I think I forgot one gate when I said that. So it will be even a bit slower than a ripple carry adder. I still think it will be slightly smaller though.
Do the div-3 as done by hand, and optimize as if your life depended on it.
Don't do multiplication by the inverse.
We want: Y=X/3
Y[n] = bit n of Y, Y[0] is lsb, Y[N] is msb. (N>0)
A[N] = B[N] = 0
Y[n] = (X[n] & A[n]) | B[n];
A[n-1] = X[n] ^ Y[n];
B[n-1] = (X[n] & Y[n]) ^ A[n];
Still, division by two is a lot simpler.
I agree with your second paragraph. And to put it in another way:
As far as all data that goes over an interface is packeted in chunks that goes even up with the interface sizes, you won't get problems from half chopped up chunks. (Ehm, seemed kinda obvious when put that way.
)
All data transfered over the interface should match the interface size.
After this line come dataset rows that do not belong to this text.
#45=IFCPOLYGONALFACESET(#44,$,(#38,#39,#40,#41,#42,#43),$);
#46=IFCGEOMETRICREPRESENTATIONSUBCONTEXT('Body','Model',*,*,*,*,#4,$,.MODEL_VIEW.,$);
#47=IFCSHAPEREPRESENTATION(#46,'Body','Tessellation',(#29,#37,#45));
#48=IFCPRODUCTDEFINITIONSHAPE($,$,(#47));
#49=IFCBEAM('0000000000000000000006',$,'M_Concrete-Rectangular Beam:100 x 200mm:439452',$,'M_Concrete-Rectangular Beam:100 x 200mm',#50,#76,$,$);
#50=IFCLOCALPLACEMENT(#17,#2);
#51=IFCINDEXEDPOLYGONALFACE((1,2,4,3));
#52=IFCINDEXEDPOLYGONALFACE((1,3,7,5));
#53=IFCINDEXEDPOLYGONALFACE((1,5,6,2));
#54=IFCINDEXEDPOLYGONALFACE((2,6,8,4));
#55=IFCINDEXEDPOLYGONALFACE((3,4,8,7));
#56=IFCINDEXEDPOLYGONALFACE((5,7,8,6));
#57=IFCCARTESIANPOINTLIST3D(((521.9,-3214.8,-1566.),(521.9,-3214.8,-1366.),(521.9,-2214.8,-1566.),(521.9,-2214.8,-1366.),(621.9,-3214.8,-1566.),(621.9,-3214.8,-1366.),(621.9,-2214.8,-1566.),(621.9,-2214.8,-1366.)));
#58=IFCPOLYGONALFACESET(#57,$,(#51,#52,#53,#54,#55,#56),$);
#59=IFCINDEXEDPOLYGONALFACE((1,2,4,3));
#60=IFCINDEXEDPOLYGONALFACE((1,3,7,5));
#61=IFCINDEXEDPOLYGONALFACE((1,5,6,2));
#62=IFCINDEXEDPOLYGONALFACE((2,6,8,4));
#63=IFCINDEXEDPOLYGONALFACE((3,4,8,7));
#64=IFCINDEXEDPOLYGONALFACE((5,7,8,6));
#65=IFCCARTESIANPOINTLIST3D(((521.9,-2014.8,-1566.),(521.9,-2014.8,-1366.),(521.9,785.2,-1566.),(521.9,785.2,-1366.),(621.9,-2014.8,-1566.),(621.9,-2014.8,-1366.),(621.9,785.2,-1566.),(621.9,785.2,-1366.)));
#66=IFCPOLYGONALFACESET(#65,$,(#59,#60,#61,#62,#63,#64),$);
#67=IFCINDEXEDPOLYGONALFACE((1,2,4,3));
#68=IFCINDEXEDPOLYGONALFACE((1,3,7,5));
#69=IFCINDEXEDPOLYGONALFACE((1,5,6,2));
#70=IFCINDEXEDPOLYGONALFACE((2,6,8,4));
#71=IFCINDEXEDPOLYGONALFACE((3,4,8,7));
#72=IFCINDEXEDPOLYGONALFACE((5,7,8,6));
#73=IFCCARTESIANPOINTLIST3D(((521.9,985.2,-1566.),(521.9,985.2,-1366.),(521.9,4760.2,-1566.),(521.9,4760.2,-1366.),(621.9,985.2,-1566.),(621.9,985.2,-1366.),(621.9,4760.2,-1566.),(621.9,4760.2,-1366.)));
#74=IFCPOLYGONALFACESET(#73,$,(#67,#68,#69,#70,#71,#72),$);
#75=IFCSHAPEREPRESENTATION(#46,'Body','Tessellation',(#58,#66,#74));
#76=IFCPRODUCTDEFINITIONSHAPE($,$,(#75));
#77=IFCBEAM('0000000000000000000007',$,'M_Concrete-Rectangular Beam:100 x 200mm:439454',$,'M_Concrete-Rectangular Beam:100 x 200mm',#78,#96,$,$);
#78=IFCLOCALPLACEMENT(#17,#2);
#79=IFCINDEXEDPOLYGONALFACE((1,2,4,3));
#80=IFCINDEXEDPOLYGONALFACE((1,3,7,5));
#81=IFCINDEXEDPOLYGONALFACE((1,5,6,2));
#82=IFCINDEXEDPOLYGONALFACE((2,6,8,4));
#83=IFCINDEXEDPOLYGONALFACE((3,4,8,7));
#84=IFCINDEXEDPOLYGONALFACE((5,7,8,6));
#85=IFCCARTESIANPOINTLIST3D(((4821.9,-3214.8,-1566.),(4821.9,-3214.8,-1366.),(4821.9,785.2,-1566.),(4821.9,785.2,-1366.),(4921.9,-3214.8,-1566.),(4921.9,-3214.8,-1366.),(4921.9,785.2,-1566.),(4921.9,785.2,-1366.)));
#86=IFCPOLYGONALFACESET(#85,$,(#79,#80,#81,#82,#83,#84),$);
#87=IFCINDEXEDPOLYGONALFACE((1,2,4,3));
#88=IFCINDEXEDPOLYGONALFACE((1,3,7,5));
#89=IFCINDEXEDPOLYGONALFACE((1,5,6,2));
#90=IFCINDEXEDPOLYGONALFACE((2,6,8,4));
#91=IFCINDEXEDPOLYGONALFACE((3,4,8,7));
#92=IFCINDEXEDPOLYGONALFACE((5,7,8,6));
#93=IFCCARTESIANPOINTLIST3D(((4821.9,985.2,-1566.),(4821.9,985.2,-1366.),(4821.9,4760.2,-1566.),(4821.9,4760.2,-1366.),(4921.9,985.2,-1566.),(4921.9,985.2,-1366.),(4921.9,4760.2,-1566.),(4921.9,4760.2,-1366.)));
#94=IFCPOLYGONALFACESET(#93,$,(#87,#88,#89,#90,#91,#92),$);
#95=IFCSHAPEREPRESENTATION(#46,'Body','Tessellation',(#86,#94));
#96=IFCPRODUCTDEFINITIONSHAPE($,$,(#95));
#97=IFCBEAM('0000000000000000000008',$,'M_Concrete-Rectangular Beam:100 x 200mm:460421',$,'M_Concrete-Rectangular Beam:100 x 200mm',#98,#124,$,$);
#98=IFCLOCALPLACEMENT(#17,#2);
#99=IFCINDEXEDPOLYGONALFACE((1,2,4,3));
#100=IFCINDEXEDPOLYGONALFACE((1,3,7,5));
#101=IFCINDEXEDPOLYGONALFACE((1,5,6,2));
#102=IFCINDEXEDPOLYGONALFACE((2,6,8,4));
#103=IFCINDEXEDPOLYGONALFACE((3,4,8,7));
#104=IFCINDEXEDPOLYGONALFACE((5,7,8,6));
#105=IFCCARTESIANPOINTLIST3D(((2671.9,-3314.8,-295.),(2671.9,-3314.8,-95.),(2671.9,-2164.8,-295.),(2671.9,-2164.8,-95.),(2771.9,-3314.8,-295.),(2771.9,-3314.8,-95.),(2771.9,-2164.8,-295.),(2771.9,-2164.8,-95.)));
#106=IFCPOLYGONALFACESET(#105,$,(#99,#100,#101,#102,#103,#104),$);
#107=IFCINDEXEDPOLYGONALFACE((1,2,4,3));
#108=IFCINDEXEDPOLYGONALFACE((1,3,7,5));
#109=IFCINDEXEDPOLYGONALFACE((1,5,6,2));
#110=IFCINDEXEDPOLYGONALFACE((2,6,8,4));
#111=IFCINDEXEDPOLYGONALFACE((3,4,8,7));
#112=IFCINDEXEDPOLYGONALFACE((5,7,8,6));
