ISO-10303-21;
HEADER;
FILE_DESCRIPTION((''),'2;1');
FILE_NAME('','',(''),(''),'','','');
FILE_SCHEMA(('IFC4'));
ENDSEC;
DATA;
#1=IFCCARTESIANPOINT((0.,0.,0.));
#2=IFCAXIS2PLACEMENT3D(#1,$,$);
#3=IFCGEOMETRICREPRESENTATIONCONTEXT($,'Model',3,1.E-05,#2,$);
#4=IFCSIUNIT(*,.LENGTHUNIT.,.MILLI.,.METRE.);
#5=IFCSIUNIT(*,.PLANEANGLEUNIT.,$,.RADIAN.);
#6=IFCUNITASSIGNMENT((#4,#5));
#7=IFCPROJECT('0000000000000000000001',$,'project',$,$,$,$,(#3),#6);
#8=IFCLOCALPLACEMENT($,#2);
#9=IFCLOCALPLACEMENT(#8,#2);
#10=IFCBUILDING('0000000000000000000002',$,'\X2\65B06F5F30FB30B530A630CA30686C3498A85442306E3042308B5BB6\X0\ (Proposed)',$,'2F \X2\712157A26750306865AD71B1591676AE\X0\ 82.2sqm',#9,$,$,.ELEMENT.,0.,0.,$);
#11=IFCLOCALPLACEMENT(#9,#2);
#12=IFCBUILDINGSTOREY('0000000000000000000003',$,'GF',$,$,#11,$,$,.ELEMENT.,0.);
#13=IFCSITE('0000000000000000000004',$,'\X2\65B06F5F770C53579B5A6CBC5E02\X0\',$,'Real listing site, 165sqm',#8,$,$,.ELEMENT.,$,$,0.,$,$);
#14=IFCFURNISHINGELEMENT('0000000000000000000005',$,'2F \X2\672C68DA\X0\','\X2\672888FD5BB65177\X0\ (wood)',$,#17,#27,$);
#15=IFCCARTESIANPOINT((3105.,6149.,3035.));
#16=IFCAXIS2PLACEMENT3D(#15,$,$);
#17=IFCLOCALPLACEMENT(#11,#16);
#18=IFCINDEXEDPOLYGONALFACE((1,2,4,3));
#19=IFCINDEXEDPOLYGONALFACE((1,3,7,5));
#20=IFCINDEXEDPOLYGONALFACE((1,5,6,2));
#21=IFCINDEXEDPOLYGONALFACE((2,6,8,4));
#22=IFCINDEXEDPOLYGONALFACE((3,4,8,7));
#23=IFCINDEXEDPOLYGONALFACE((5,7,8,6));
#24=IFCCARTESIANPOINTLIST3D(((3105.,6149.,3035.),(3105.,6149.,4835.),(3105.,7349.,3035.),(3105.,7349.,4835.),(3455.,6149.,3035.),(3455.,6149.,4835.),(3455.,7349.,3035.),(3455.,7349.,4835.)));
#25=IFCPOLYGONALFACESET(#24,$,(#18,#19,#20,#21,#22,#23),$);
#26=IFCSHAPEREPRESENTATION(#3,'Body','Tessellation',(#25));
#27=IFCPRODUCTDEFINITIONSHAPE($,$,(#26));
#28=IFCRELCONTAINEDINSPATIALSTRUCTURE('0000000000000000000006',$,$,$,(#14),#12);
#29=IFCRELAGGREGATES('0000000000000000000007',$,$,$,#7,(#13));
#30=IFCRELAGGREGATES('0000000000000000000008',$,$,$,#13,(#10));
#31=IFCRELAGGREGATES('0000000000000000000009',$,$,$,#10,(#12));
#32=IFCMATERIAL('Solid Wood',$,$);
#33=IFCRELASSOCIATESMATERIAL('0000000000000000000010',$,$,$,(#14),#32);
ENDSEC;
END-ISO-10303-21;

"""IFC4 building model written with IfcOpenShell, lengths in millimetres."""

from ifc_helpers import new_model, si_unit, frame, frame_2d, origin, place, context, project, spatial, rectangle, extrude, material, element, save


model = new_model("IFC4")

# Units and contexts
model_context = context("Model", 3, precision=1e-05, world=origin())
ifc_project = project(units=[si_unit("LENGTHUNIT", "METRE", prefix="MILLI"), si_unit("PLANEANGLEUNIT", "RADIAN")], contexts=[model_context])

# Site, building, storey
site_placement = place(None, origin())
site = spatial("IfcSite", under=ifc_project, at=site_placement, Name="新潟県南魚沼市", ObjectType="Real listing site, 165sqm", CompositionType="ELEMENT", RefElevation=0.0)
building_placement = place(site_placement, origin())
building = spatial("IfcBuilding", under=site, at=building_placement, Name="新潟・サウナと水風呂のある家 (Proposed)", ObjectType="2F 無垢材と断熱外皮 82.2sqm", CompositionType="ELEMENT", ElevationOfRefHeight=0.0, ElevationOfTerrain=0.0)
storey_placement = place(building_placement, origin())
storey = spatial("IfcBuildingStorey", under=building, at=storey_placement, Name="GF", CompositionType="ELEMENT", Elevation=0.0)

# Shared definitions
ifc_material_1 = material(Name="Solid Wood")

# Furnishing element
furnishing_placement = place(storey_placement, frame((3105.0, 6149.0, 3035.0)))
element("IfcFurnishingElement", 1, at=furnishing_placement, inside=storey, material=ifc_material_1, Name="2F 本棚", Description="木製家具 (wood)", context=model_context, shape_type="SweptSolid", body=[
    extrude(rectangle(XDim=350.0, YDim=1200.0, at=frame_2d((175.0, 600.0))), frame((3105.0, 6149.0, 3035.0)), (0.0, 0.0, 1.0), 1800.0),
])

save(model, "model.ifc")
The data should match all interfaces it travels over.
But you get less flexibility on how to use the interface with swizzles and things like that if the primefactrization of the bus width contains many different primes.
Or in other words, 2^x is still best.
If you use indexed vertices (like glDrawElements() under OpenGL) you no longer access the vertex data in a sequential fashion, and cache size, efficiency and data alignment become important.
Yes, and that's a reason why raw vertex data should be of 2^x size. But even if the data for vertices in the vertex sequence aren't placed in subsequent memory addresses, they are still read in sequence, one vertex after each other. Vertices are to big to be read a bunch at each clock, like pixels/texels. And that's the important reason why it works well with a non-2^x number of VS units.
If you don't use indexed vertices you are streaming data and as such need a FIFO rather than a cache for efficient operation, and data alignment won't really matter.
Yes, unless the hardware actually still read one vertex a time. (Only optimized for indexed arrays.) I'll refer to it as a cache even if the rules for it makes it a FIFO. With non 2^x size vertices, you might get problems when the VS unit wants to read a vector from the cache. It could be misaligned, and need two clocks to be read.